What you need to do
List, from the lines below, each one with "IFCLOCALPLACEMENT" in it.

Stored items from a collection
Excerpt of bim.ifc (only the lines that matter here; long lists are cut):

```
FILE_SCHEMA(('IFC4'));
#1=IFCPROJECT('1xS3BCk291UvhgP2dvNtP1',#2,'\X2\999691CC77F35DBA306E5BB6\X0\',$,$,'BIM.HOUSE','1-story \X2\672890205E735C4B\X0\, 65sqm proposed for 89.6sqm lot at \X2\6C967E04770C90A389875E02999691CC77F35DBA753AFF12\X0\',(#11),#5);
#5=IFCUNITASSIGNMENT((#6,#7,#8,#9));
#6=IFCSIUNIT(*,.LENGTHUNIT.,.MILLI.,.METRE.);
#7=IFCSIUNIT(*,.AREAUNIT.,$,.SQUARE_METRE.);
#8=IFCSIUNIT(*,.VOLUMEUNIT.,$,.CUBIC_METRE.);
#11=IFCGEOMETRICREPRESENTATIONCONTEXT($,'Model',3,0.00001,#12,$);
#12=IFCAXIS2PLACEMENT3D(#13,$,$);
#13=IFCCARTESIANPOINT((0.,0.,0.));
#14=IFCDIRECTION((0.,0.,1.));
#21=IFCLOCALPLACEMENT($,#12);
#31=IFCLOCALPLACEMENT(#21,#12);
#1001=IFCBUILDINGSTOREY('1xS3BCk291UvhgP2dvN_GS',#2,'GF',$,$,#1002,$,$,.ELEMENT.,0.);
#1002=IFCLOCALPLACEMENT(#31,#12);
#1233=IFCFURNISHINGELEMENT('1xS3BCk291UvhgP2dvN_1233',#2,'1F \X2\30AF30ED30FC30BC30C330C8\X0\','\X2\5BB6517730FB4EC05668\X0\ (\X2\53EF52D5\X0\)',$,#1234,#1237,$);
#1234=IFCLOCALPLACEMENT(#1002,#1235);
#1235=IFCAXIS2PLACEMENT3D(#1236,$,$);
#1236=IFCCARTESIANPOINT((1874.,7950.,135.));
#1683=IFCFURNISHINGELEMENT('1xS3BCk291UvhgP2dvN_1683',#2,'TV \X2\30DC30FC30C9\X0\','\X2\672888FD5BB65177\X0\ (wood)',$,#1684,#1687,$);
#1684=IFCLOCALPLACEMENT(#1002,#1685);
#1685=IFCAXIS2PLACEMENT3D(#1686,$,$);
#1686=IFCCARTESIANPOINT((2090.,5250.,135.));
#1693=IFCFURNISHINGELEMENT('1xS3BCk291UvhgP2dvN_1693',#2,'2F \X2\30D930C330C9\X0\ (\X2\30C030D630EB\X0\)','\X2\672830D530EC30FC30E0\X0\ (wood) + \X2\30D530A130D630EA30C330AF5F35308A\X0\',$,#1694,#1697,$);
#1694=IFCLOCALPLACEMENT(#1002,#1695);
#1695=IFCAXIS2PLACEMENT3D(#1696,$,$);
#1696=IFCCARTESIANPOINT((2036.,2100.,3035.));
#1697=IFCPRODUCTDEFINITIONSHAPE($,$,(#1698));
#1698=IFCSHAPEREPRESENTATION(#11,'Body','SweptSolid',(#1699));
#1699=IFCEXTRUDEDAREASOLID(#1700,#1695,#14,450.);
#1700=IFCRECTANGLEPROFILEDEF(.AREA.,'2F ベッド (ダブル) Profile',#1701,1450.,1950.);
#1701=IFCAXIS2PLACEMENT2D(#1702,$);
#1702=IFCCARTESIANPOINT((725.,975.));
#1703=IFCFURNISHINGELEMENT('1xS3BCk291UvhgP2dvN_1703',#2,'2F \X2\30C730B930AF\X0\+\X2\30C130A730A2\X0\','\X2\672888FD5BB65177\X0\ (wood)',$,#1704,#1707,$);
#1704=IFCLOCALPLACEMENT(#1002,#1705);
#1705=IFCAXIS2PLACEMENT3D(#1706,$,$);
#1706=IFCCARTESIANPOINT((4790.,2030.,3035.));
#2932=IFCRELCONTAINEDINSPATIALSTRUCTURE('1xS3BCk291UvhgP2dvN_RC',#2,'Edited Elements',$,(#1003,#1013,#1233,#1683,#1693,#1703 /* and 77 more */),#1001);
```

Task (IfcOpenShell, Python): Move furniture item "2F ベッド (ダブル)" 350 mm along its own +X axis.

```python
import ifcopenshell
import ifcopenshell.api.geometry
import ifcopenshell.util.placement

model = ifcopenshell.open("bim.ifc")

item = model.by_guid("1xS3BCk291UvhgP2dvN_1693")
matrix = ifcopenshell.util.placement.get_local_placement(item.ObjectPlacement)
matrix[:3, 3] += matrix[:3, 0] * 350.0
ifcopenshell.api.geometry.edit_object_placement(model, product=item, matrix=matrix, is_si=False)

print(ifcopenshell.util.placement.get_local_placement(item.ObjectPlacement).round(3) + 0.0)

model.write("bim-out.ifc")
```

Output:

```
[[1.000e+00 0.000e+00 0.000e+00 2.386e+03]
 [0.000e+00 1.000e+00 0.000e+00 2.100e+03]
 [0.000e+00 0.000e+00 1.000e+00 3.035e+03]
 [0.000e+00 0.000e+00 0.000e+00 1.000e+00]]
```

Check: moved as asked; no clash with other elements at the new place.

Solution to the problem
#21=IFCLOCALPLACEMENT($,#12);
#31=IFCLOCALPLACEMENT(#21,#12);
#1002=IFCLOCALPLACEMENT(#31,#12);
#1234=IFCLOCALPLACEMENT(#1002,#1235);
#1684=IFCLOCALPLACEMENT(#1002,#1685);
#1694=IFCLOCALPLACEMENT(#1002,#1695);
#1704=IFCLOCALPLACEMENT(#1002,#1705);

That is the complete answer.